CDC Ordered to Censor Data on its Websites and Scientific Journals
Several federal health websites and other resources were removed or altered as agencies comply with the executive order.
The U.S. Centers for Disease Control and Prevention (CDC) has ordered its scientists to retract and pause the publication of all research being considered by any medical or scientific journal, not only its internal periodicals, Inside Medicine reported. The CDC aims to guarantee no “forbidden terms” appear in its work.
In the CDC’s orders, scientists were instructed to remove references and mentions of words, including gender, transgender, pregnant person, pregnant people, LGBT, transsexual, non-binary, nonbinary, assigned male at birth, assigned female at birth, biologically male, and biologically female.
The new orders go beyond commands President Donald Trump’s administration issued on Jan. 21 to pause external communications, including regular scientific reports, updates to websites, and health advisories, as CMM previously reported.
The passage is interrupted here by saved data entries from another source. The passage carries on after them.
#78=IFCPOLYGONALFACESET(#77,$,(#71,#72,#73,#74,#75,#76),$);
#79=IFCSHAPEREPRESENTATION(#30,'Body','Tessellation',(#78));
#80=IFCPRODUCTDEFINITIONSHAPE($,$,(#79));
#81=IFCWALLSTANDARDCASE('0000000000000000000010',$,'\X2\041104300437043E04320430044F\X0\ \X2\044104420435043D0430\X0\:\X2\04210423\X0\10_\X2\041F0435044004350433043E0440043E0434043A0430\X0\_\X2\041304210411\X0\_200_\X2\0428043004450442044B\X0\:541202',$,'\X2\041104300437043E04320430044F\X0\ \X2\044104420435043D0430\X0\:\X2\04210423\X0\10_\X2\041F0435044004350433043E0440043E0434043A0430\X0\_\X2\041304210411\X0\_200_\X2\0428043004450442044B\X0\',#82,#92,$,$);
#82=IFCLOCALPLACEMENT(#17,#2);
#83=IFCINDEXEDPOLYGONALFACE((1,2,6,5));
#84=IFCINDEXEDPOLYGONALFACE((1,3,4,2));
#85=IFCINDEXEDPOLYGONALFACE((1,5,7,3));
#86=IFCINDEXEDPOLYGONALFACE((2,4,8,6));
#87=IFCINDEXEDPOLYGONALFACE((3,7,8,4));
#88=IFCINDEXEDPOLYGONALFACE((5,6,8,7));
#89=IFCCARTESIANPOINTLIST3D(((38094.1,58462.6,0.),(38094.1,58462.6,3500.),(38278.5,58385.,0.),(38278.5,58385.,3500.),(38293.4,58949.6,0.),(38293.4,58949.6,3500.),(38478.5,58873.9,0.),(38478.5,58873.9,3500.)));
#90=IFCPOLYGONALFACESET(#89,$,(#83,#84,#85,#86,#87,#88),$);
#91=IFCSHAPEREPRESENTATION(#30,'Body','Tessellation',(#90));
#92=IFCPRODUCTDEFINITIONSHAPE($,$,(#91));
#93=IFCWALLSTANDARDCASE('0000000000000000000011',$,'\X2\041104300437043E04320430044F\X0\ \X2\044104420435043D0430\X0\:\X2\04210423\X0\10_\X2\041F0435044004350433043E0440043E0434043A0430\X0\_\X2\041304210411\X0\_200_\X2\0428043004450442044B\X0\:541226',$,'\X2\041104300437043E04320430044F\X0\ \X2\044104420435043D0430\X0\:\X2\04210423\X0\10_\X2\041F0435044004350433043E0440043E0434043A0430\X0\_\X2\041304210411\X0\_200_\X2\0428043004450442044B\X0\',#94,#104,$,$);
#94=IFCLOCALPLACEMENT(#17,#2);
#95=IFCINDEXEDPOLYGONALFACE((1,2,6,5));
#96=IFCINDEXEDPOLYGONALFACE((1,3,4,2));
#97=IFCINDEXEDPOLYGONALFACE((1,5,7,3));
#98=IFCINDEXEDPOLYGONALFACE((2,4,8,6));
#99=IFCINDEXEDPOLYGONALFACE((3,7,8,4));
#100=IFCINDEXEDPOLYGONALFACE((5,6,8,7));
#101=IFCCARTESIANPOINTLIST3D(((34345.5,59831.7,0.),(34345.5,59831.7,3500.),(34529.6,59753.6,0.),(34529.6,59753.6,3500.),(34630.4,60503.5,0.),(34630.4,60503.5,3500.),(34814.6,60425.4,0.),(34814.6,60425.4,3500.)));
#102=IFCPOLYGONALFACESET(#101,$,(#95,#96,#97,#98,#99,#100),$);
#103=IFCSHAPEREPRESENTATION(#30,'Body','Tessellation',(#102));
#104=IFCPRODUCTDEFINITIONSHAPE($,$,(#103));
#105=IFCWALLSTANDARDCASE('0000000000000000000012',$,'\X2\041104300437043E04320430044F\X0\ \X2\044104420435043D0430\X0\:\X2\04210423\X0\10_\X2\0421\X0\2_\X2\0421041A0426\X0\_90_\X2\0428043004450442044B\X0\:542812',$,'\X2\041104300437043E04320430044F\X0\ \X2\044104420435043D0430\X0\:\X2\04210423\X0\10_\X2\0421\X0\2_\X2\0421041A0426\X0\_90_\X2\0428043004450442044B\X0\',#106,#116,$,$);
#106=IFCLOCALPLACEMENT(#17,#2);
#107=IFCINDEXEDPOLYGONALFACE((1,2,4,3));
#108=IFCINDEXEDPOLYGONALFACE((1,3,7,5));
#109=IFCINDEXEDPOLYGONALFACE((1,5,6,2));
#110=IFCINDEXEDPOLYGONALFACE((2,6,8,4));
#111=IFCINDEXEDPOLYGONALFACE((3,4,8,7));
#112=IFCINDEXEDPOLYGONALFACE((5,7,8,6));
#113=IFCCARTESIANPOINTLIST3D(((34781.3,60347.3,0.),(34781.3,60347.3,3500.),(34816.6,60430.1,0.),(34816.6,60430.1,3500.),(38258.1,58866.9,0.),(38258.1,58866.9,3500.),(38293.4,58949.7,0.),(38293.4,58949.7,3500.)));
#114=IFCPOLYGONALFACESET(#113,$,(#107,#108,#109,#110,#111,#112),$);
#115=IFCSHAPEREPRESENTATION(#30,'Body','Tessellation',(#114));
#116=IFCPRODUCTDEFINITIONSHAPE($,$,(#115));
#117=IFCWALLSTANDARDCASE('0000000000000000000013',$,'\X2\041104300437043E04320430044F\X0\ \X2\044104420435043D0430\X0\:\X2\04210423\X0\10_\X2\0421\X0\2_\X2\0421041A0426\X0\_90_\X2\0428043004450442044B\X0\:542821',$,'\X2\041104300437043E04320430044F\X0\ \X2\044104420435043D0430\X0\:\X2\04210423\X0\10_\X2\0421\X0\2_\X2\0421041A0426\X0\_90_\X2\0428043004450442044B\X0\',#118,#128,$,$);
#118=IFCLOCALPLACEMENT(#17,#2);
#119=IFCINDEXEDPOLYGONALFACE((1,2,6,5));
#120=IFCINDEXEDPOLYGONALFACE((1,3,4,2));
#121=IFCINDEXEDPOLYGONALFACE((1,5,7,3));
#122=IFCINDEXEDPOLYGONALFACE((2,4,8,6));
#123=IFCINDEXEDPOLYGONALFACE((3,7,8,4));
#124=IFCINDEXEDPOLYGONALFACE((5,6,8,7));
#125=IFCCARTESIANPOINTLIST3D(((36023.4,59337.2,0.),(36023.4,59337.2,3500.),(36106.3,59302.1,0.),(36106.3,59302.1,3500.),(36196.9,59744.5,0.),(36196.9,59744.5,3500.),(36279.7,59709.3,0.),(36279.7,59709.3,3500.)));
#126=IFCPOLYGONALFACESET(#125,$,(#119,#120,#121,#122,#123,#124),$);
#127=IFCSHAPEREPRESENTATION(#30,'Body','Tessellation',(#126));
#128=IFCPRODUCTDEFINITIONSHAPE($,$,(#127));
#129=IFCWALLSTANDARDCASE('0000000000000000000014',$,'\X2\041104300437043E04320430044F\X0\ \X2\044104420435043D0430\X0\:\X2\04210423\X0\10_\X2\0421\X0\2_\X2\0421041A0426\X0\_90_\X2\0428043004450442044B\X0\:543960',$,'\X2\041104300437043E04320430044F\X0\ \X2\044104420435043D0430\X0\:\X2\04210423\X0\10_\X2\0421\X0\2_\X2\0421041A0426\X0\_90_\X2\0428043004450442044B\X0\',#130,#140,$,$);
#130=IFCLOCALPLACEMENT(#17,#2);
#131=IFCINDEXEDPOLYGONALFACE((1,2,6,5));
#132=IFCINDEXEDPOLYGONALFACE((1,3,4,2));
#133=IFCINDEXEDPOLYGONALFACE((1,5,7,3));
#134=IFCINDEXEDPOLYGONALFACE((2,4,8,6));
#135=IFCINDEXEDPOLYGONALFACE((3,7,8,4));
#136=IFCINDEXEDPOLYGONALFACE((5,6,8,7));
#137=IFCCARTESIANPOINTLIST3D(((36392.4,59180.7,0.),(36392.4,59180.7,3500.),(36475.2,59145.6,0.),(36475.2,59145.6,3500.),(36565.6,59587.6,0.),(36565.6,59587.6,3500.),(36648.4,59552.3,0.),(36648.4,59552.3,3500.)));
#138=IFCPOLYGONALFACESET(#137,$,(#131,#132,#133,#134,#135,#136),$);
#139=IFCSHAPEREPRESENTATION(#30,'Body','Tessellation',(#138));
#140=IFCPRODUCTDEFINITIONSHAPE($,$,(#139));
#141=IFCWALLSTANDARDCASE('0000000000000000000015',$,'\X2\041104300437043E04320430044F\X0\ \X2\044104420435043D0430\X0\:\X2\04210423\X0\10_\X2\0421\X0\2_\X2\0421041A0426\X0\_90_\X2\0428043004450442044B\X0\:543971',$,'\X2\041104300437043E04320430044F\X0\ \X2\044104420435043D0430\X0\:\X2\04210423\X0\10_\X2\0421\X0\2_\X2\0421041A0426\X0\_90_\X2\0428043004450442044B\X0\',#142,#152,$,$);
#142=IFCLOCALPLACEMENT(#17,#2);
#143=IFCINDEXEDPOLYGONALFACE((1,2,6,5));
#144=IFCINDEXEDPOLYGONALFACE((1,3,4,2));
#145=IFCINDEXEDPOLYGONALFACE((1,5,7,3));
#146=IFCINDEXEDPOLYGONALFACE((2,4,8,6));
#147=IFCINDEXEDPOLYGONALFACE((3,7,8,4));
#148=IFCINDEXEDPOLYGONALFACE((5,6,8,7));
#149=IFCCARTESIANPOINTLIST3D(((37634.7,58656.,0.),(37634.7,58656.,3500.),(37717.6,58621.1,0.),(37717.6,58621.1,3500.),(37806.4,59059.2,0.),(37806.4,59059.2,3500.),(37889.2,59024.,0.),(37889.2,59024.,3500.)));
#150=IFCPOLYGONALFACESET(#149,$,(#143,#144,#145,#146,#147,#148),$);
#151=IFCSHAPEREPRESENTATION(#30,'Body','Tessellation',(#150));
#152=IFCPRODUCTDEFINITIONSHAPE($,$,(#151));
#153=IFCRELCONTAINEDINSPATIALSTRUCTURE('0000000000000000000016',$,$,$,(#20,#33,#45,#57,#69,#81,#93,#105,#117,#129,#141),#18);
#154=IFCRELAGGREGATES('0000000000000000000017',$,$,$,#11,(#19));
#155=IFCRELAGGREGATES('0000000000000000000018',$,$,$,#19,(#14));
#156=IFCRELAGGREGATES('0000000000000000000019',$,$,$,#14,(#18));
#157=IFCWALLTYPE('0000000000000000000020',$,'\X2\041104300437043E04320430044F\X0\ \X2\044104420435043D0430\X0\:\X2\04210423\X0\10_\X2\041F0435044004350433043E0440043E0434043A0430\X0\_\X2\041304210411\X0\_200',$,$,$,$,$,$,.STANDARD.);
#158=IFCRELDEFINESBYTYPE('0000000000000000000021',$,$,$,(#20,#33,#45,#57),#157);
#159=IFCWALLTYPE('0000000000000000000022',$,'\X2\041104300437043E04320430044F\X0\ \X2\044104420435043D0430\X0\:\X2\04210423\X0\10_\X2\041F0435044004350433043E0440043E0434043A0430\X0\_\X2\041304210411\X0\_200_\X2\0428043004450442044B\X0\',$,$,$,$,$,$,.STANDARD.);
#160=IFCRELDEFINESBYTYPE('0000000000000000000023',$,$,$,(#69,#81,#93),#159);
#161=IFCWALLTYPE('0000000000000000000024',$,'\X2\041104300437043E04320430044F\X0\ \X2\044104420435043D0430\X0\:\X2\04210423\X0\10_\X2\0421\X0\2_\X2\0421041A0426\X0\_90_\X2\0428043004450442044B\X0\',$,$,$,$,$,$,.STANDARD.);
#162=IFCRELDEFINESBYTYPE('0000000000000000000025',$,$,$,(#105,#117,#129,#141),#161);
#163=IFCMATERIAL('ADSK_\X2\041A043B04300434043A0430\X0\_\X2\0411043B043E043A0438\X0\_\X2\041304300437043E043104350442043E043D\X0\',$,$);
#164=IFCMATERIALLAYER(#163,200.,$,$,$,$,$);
The pause on communication includes the CDC’s Morbidity and Mortality Weekly Report (MMWR), advisories sent out to clinicians on CDC’s health alert network about public health incidents, and data updates to the CDC website. The new order goes beyond the general communications gag order that already prevents any CDC scientist from submitting any new scientific findings to the public as it applies to previously submitted manuscripts under consideration and those accepted and not published yet. Scientists were also unclear if the orders applied to manuscripts that just included the forbidden terms in basic demographic data.
Additionally, several federal health websites and other resources were removed or altered as agencies comply with the executive order. Several CDC websites and databased related to HIV, LGBTQ people, youth behaviors, and more have been taken down or replaced, CNN reported. Many pages state: “CDC’s website is being modified to comply with President Trump’s Executive Orders.”
For example, as of Jan. 31, several CDC pages related to HIV were removed, including the CDC’s HIV index page, testing page, datasets, national surveillance reports, and causes pages. Treatment guidelines for sexually transmitted infections were also taken down.